# Apple Blossom Parade Float Devils Den Style!!!



## buggybuilder (Jan 23, 2007)

Heres some photo's from this years parade float. The theme for the parade was "Celebrate" so what better to celebrate than death! We didnt get any boo's this year, however, I did have one lady walk up to me while driving the Hearse and tell me to " Go back to Hell"........ it was priceless, made our day. We were playing phantom of the opera and we had a fog machine fogging from the tubes on the pipe organ. It was a really cool effect. 
Enjoy!


----------



## buggybuilder (Jan 23, 2007)

A few more.....


----------



## RoxyBlue (Oct 6, 2008)

That lady paid you a compliment - obviously your set up was so realistic to her, she thought that's where you came from

Some folks just have no sense of humor. I'd crack up if I saw a float like yours in a parade.


----------



## Frankie-s Girl (Apr 5, 2009)

Love it!


----------



## buggybuilder (Jan 23, 2007)

RoxyBlue said:


> That lady paid you a compliment - obviously your set up was so realistic to her, she thought that's where you came from
> 
> Some folks just have no sense of humor. I'd crack up if I saw a float like yours in a parade.

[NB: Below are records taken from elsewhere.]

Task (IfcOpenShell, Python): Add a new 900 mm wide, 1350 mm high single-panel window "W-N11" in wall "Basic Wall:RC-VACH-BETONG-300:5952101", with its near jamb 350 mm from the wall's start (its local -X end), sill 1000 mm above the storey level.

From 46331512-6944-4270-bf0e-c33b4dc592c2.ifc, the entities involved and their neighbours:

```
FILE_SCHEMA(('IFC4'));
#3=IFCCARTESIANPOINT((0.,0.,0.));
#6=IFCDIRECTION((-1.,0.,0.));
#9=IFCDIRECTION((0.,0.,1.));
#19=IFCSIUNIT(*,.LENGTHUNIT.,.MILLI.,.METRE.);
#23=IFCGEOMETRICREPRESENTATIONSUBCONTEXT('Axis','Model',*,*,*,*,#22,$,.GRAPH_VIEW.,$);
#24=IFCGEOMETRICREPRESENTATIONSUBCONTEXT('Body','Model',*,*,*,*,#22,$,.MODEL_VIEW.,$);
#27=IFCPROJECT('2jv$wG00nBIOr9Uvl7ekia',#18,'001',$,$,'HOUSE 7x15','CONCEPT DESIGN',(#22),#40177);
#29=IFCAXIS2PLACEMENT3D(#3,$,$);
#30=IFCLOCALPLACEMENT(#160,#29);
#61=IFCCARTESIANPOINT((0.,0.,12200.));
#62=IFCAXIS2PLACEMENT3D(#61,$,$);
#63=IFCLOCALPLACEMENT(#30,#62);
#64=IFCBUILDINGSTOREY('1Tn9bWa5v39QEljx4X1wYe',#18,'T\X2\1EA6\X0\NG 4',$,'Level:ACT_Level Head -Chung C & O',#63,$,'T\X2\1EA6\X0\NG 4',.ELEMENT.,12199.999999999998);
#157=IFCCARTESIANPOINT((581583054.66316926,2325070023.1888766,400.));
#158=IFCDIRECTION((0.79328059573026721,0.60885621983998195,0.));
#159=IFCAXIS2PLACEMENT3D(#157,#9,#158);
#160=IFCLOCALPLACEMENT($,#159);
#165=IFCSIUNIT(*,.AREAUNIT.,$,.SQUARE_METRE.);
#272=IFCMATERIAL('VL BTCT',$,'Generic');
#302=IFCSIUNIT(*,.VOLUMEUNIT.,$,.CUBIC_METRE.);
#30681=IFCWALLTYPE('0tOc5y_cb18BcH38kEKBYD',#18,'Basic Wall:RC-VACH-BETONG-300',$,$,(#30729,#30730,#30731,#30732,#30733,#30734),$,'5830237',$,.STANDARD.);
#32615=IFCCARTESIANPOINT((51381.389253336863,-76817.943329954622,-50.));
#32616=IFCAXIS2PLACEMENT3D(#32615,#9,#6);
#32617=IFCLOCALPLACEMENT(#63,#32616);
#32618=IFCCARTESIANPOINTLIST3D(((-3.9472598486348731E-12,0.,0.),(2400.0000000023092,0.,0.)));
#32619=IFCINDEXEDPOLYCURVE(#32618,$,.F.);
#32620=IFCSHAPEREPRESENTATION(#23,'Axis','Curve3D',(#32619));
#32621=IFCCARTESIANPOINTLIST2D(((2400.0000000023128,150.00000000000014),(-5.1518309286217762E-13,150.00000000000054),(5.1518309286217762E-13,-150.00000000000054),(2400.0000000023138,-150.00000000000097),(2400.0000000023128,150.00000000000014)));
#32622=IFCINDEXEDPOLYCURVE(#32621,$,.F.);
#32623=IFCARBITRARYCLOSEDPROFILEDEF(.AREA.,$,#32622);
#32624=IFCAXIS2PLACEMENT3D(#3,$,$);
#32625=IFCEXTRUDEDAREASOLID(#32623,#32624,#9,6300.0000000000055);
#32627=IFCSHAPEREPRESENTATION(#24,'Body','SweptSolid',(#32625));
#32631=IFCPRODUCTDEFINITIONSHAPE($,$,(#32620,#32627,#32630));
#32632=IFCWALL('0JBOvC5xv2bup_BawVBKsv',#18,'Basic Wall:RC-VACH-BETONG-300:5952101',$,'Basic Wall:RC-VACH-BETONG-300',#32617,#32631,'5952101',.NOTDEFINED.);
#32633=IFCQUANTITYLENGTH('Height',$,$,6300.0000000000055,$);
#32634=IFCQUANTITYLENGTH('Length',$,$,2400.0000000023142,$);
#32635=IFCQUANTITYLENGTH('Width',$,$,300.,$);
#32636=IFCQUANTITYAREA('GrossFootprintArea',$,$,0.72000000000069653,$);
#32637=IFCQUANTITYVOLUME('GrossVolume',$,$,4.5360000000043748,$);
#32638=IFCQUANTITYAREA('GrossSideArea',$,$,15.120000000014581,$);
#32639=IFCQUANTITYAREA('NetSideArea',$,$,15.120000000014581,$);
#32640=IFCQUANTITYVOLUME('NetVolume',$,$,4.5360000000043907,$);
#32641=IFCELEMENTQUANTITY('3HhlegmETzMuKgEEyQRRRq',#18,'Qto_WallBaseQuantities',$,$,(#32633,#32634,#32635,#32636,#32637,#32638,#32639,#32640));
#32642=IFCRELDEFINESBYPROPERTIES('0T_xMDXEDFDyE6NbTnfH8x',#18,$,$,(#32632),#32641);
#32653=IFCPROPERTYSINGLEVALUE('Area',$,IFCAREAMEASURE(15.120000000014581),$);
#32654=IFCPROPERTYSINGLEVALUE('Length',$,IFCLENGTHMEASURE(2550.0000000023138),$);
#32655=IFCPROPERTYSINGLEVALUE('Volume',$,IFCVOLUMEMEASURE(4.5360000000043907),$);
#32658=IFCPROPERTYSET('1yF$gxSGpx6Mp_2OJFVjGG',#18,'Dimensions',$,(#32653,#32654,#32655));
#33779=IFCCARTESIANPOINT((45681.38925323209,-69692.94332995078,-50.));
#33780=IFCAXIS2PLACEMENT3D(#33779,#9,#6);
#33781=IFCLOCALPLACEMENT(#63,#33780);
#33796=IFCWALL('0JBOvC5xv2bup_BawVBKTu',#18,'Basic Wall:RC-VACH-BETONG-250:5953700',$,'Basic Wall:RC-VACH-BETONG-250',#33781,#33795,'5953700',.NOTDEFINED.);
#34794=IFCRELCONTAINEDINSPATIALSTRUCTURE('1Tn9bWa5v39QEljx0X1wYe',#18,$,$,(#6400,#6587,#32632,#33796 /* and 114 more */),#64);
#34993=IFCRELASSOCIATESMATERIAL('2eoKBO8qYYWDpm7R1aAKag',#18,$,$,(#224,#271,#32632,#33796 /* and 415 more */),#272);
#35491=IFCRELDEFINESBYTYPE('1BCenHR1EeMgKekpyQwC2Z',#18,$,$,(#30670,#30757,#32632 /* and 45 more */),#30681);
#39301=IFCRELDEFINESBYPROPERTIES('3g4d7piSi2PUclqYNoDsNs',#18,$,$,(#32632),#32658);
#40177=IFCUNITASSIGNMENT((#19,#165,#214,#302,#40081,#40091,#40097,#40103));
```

```python
import numpy as np
import ifcopenshell
import ifcopenshell.api.feature
import ifcopenshell.api.geometry
import ifcopenshell.api.pset
import ifcopenshell.api.root
import ifcopenshell.api.spatial
import ifcopenshell.geom
import ifcopenshell.util.element
import ifcopenshell.util.placement
import ifcopenshell.util.representation
import ifcopenshell.util.shape
import ifcopenshell.util.unit

model = ifcopenshell.open("46331512-6944-4270-bf0e-c33b4dc592c2.ifc")
unit_scale = ifcopenshell.util.unit.calculate_unit_scale(model)
area_scale = ifcopenshell.util.unit.calculate_unit_scale(model, "AREAUNIT")
volume_scale = ifcopenshell.util.unit.calculate_unit_scale(model, "VOLUMEUNIT")
settings = ifcopenshell.geom.settings()


def volume(element):
    """Net volume in cubic metres, openings subtracted."""
    shape = ifcopenshell.geom.create_shape(settings, element)
    return ifcopenshell.util.shape.get_volume(shape.geometry)


wall = model.by_id(32632)
storey = ifcopenshell.util.element.get_container(wall, ifc_class="IfcBuildingStorey")
context = ifcopenshell.util.representation.get_context(model, "Model", "Body", "MODEL_VIEW")
before = volume(wall)

width, height, from_end, sill = 0.9, 1.35, 0.35, 1  # metres

# The wall runs along its own X axis, and the end named is its -X end.
wall_shape = ifcopenshell.geom.create_shape(settings, wall)
x, y, z = ifcopenshell.util.shape.get_vertices(wall_shape.geometry).T
start = x.min() + from_end
face, thickness = float(y.min()), float(y.max() - y.min())
wall_matrix = ifcopenshell.util.placement.get_local_placement(wall.ObjectPlacement)
level = ifcopenshell.util.placement.get_local_placement(storey.ObjectPlacement)[2, 3]


def in_wall(x, y):
    """Placement at x, y metres in the wall's axes, at sill height."""
    matrix = wall_matrix.copy()
    matrix[:, 3] = wall_matrix @ np.array([x / unit_scale, y / unit_scale, 0.0, 1.0])
    matrix[2, 3] = level + sill / unit_scale
    return matrix


# Opening: a box that overshoots both wall faces by 50 mm.
opening = ifcopenshell.api.root.create_entity(model, ifc_class="IfcOpeningElement", predefined_type="OPENING")
box = ifcopenshell.api.geometry.add_wall_representation(
    model, context=context, length=width, height=height, thickness=thickness + 0.1
)
ifcopenshell.api.geometry.assign_representation(model, product=opening, representation=box)
ifcopenshell.api.geometry.edit_object_placement(model, product=opening, matrix=in_wall(start, face - 0.05), is_si=False)
ifcopenshell.api.feature.add_feature(model, feature=opening, element=wall)

window = ifcopenshell.api.root.create_entity(model, ifc_class="IfcWindow", name="W-N11", predefined_type="WINDOW")
window.OverallWidth, window.OverallHeight = width / unit_scale, height / unit_scale
window.PartitioningType = "SINGLE_PANEL"
body = ifcopenshell.api.geometry.add_window_representation(
    model,
    context=context,
    overall_width=window.OverallWidth,
    overall_height=window.OverallHeight,
    partition_type="SINGLE_PANEL",
)
ifcopenshell.api.geometry.assign_representation(model, product=window, representation=body)
ifcopenshell.api.spatial.assign_container(model, products=[window], relating_structure=storey)
ifcopenshell.api.feature.add_filling(model, opening=opening, element=window)

# Centre the window in the wall's thickness.
ifcopenshell.api.geometry.edit_object_placement(model, product=window, matrix=in_wall(start, face), is_si=False)
window_shape = ifcopenshell.geom.create_shape(settings, window)
depth = ifcopenshell.util.shape.get_vertices(window_shape.geometry)[:, 1]
offset = face + thickness / 2 - (depth.min() + depth.max()) / 2
ifcopenshell.api.geometry.edit_object_placement(model, product=window, matrix=in_wall(start, offset), is_si=False)

after = volume(wall)

# Update the wall's stored quantities.
qto = model.by_id(ifcopenshell.util.element.get_pset(wall, "Qto_WallBaseQuantities", should_inherit=False)["id"])
ifcopenshell.api.pset.edit_qto(model, qto=qto, properties={
    "NetSideArea": after / thickness / area_scale,
    "NetVolume": after / volume_scale,
})
pset = model.by_id(ifcopenshell.util.element.get_pset(wall, "Dimensions", should_inherit=False)["id"])
ifcopenshell.api.pset.edit_pset(model, pset=pset, properties={
    "Area": model.create_entity("IfcAreaMeasure", after / thickness / area_scale),
    "Volume": model.create_entity("IfcVolumeMeasure", after / volume_scale),
})

print(f"wall volume {before:.3f} -> {after:.3f} m3")

model.write("46331512-6944-4270-bf0e-c33b4dc592c2_updated.ifc")
```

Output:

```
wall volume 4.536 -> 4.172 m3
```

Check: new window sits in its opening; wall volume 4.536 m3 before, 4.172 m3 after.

I dont think "cracking up" is the response we are looking for either, but I may be misunderstanding you....


----------



## slightlymad (May 25, 2006)

Good Stuff


----------



## The Bloodshed Brothers (Jan 25, 2009)

sweet


----------



## eanderso13 (Apr 10, 2008)

Did you tell the lady you'd go back right after the parade and set the table so you'll be all ready when she gets there? 

Nice float, man! I would have loved to see it! And pulling it with the hearse is priceless!


----------



## RoxyBlue (Oct 6, 2008)

buggybuilder said:


> I dont think "cracking up" is the response we are looking for either, but I may be misunderstanding you....


"Cracking up" as in highly entertained that such a unique and appealing float was in the parade


----------



## ghost37 (Jul 30, 2008)

Love it! Great job.


----------



## scareme (Aug 29, 2006)

Great looking float. Where do you live? Sounds like my neighbors were there.


----------



## Kaoru (May 6, 2009)

Some people need to get over their religious ideals and lighten up a bit. This float was priceless, you should show it off on halloween night. You would fit right in, in Salem MA. Nice stuff goes on in the month of October. What state was this held at?


----------



## Spooky1 (Aug 25, 2008)

Love it, I'm sure your float stood out from the crowd.


----------



## buggybuilder (Jan 23, 2007)

Thanks all.......the parade was held in Winchster Va. 
It was alot of fun and a good advertising tool for our Haunt in October!


----------